The Death-Defying Pepper Roux
- The first edition cover.
- Author: Geraldine McCaughrean
- Language: English
- Genre: Children's fiction
- Set in: France
- Publisher: HarperCollins Oxford University Press
- Publication date: 19 January 2010 (first published 1 October 2009)
- Publication place: United Kingdom
- Media type: Paperback
- Pages: 336
- Awards: 2011 Carnegie Medal nominee
- ISBN: 0061836656

= The Death-Defying Pepper Roux =

2010 book by Geraldine McCaughrean

The Death-Defying Pepper Roux is a children's book by British children's author Geraldine McCaughrean.

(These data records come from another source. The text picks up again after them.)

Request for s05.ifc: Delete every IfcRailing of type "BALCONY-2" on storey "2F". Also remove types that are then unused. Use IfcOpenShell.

First a look at what the model holds.

```python
import ifcopenshell
import ifcopenshell.util.element

model = ifcopenshell.open("s05.ifc")
print(model.schema)
storey = next(s for s in model.by_type("IfcBuildingStorey") if s.Name == "2F")
railings = [e for e in ifcopenshell.util.element.get_decomposition(storey) if e.is_a("IfcRailing")]
seen = {}
for e in railings:
    element_type = ifcopenshell.util.element.get_type(e)
    name = element_type.Name if element_type not in (None, e) else None
    seen[name] = seen.get(name, 0) + 1
for name, count in sorted(seen.items(), key=str):
    print(count, "x", name)
```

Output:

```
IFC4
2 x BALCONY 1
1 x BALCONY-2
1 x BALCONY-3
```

```python
import ifcopenshell
import ifcopenshell.api.root
import ifcopenshell.util.element

model = ifcopenshell.open("s05.ifc")

storey = next(s for s in model.by_type("IfcBuildingStorey") if s.Name == "2F")
railings = [e for e in ifcopenshell.util.element.get_decomposition(storey) if e.is_a("IfcRailing")]
targets = [e for e in railings if (t := ifcopenshell.util.element.get_type(e)) not in (None, e) and t.Name == "BALCONY-2"]
types = {ifcopenshell.util.element.get_type(e) for e in targets} - {None, *targets}

for e in targets:
    ifcopenshell.api.root.remove_product(model, product=e)
print(len(targets), "removed")

unused = [t for t in types if not ifcopenshell.util.element.get_types(t)]
for t in unused:
    ifcopenshell.api.root.remove_product(model, product=t)
print(len(unused), "unused types removed")

model.write("s05-out.ifc")
```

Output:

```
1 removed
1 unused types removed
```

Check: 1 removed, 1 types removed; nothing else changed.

The book was published by Oxford University Press October 1, 2009 and by HarperCollins January 19, 2010.

==Plot==
The story is about a boy who was prophecised to die at fourteen. But, as his fourteenth birthday passes, he is still alive and he begins to unravel the truth as the story goes on. He runs away from his home only to find more devils and angels seemingly waiting for him, but none of these angels of death and horses of fire seem to be coming for him. Pepper begins to doubt that he is going to die young and questions the legitimacy of the prophecy. Naïve and trusting, pepper sets a course through dangerous waters, inviting disasters and mayhem at every turn, one eye on the sky for fear of angels, one on the magnificent possibilities of being alive.

==Reception==
The Death-Defying Pepper Roux received favorable reviews from the Assembly on Literature for Adolescents, The Horn Book, and , as well as starred reviews from Booklist and the School Library Journal.

In 2011, the book was selected for a top ten spot on the American Library Association's Rainbow List and was named in the Top 100 Best Fiction for Young Adults.

The book was also shortlisted for the 2011 CILIP Carnegie Medal.